Crash Dynamics and Its Relationship to Causality: An extensive understanding of the physics involved in the transference of energy from the bullet car to the target car. This includes G’s of force, newtons, gravity, energy, skid marks, crumple zones, spring factors, event data recorder and the graphing of the movement of the vehicle before, during and after the crash. Determining the clinical correlation of forces and bodily injury.
MRI, Bone Scan and X-Ray Protocols: Physiology and Indications for the Trauma Patient, MRI interpretation, physiology, history and clinical indications, bone scan interpretation, physiology and clinical indications, x-ray clinical indications for the trauma patient.

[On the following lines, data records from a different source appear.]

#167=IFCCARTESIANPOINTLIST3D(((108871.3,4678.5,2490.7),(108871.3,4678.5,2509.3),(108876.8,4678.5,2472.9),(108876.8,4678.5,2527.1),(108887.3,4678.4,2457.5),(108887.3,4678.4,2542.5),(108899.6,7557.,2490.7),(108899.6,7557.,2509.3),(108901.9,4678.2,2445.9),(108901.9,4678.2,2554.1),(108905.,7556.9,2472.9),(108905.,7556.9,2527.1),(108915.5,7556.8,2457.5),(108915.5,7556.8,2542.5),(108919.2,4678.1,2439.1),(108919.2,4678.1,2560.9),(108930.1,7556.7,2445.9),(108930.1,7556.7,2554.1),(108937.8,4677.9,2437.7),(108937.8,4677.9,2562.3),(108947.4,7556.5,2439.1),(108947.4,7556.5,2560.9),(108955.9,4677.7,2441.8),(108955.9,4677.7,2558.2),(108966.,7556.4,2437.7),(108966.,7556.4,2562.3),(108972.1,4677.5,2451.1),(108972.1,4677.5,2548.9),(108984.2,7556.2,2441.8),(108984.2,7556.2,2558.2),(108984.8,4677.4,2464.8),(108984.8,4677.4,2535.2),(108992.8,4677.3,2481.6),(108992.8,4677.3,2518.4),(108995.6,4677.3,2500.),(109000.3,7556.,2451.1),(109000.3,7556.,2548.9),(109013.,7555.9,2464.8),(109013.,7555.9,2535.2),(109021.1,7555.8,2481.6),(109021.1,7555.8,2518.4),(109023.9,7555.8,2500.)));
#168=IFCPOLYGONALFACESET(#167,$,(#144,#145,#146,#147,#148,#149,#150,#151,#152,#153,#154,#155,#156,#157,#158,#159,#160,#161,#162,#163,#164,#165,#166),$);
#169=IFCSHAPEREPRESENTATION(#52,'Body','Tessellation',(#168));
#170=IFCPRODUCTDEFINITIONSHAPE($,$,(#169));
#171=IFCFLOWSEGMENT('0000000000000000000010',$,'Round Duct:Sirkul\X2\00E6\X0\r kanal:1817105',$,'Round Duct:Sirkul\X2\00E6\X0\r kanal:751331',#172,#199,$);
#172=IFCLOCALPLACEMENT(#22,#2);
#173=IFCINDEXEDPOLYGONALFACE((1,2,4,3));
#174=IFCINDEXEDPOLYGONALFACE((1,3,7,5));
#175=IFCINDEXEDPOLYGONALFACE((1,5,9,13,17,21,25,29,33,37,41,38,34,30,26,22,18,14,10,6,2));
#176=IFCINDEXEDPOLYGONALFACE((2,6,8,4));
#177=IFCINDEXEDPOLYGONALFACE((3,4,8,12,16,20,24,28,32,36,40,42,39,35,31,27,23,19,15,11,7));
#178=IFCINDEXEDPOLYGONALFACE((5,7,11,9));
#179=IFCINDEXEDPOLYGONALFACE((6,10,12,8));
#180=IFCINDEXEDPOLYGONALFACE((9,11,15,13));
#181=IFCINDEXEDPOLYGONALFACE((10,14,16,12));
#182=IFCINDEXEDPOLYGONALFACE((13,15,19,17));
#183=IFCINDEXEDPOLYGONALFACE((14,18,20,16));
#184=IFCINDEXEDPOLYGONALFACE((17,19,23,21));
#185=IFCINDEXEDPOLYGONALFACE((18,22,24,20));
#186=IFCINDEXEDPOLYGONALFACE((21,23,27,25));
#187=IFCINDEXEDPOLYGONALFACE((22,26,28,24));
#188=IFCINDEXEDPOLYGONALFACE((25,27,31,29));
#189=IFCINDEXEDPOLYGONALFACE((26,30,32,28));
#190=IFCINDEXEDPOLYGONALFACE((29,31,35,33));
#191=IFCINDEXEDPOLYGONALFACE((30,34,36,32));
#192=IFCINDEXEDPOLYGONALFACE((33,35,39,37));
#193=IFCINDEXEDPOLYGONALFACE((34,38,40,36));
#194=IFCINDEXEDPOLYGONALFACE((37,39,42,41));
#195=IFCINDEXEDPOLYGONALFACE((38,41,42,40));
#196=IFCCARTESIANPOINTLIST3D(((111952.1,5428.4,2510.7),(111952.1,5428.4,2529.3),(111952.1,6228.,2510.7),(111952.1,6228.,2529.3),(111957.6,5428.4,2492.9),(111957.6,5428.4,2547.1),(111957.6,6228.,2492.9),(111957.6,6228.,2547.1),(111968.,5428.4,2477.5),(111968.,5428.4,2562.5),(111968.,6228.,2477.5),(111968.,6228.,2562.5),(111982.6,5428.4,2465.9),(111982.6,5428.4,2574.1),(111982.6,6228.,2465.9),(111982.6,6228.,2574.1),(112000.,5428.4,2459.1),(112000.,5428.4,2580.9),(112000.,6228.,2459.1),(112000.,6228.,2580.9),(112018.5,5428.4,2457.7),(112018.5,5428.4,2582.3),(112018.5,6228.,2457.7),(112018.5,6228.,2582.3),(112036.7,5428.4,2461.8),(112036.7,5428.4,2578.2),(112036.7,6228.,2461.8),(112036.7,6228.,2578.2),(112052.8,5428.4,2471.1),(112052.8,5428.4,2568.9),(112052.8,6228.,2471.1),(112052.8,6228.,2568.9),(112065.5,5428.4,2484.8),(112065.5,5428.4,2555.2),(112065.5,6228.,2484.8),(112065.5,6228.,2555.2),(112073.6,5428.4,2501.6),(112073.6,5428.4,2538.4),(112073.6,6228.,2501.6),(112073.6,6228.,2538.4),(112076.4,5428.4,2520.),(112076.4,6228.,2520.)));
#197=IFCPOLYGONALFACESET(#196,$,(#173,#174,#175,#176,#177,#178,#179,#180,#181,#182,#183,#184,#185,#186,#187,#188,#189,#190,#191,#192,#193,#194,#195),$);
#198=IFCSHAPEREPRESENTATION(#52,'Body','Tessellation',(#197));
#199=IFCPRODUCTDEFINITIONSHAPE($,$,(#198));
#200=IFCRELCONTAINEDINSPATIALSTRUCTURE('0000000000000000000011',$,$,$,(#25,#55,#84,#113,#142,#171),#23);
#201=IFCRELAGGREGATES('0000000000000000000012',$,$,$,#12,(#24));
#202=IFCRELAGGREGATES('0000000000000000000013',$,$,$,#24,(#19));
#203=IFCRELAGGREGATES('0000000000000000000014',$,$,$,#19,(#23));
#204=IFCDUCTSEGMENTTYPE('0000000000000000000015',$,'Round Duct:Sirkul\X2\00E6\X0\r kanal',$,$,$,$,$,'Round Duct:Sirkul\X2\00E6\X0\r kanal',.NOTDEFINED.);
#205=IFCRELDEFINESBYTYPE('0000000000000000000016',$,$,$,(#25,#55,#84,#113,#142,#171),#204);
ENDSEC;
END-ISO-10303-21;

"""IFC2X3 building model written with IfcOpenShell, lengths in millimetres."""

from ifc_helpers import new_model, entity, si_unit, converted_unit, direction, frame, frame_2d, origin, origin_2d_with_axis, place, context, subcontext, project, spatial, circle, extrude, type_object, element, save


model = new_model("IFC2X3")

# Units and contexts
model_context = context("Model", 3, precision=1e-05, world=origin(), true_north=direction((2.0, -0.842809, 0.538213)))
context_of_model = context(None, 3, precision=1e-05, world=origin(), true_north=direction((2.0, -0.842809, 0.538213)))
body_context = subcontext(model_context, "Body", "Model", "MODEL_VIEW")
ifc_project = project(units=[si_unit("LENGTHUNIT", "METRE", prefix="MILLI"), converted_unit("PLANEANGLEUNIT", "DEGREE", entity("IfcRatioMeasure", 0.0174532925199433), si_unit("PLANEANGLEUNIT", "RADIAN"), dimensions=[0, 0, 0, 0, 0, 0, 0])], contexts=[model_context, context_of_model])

Neurodiagnostic Testing Protocols: Physiology and Indications for the Trauma Patient, Electromyography (EMG), Nerve Conduction Velocity (NCV), Somato Sensory Evoked Potential (SSEP), Visual Evoked Potential (VEP), Brain Stem Auditory Evoked Potential (BAER) and Visual-Electronystagmosgraphy (V-ENG) interpretation, protocols and clinical indications for the trauma patient.
Documentation and Reporting for the Trauma Victim: Understanding the necessity for accurate documentation and diagnosis utilizing the ICD-10 and the CPT to accurately describe the injury through diagnosis. Understanding and utilizing state regulations on reimbursement issues pertaining to healthcare.
Documenting Clinically Correlated Bodily Injury to Causality: Understanding the necessity for accurate documentation, diagnosis and clinical correlation to the injury when reporting injuries in the medical-legal community. Documenting the kinesiopathology, myopathology, neuropathology, and pathophysiology in both a functional and structural paradigm.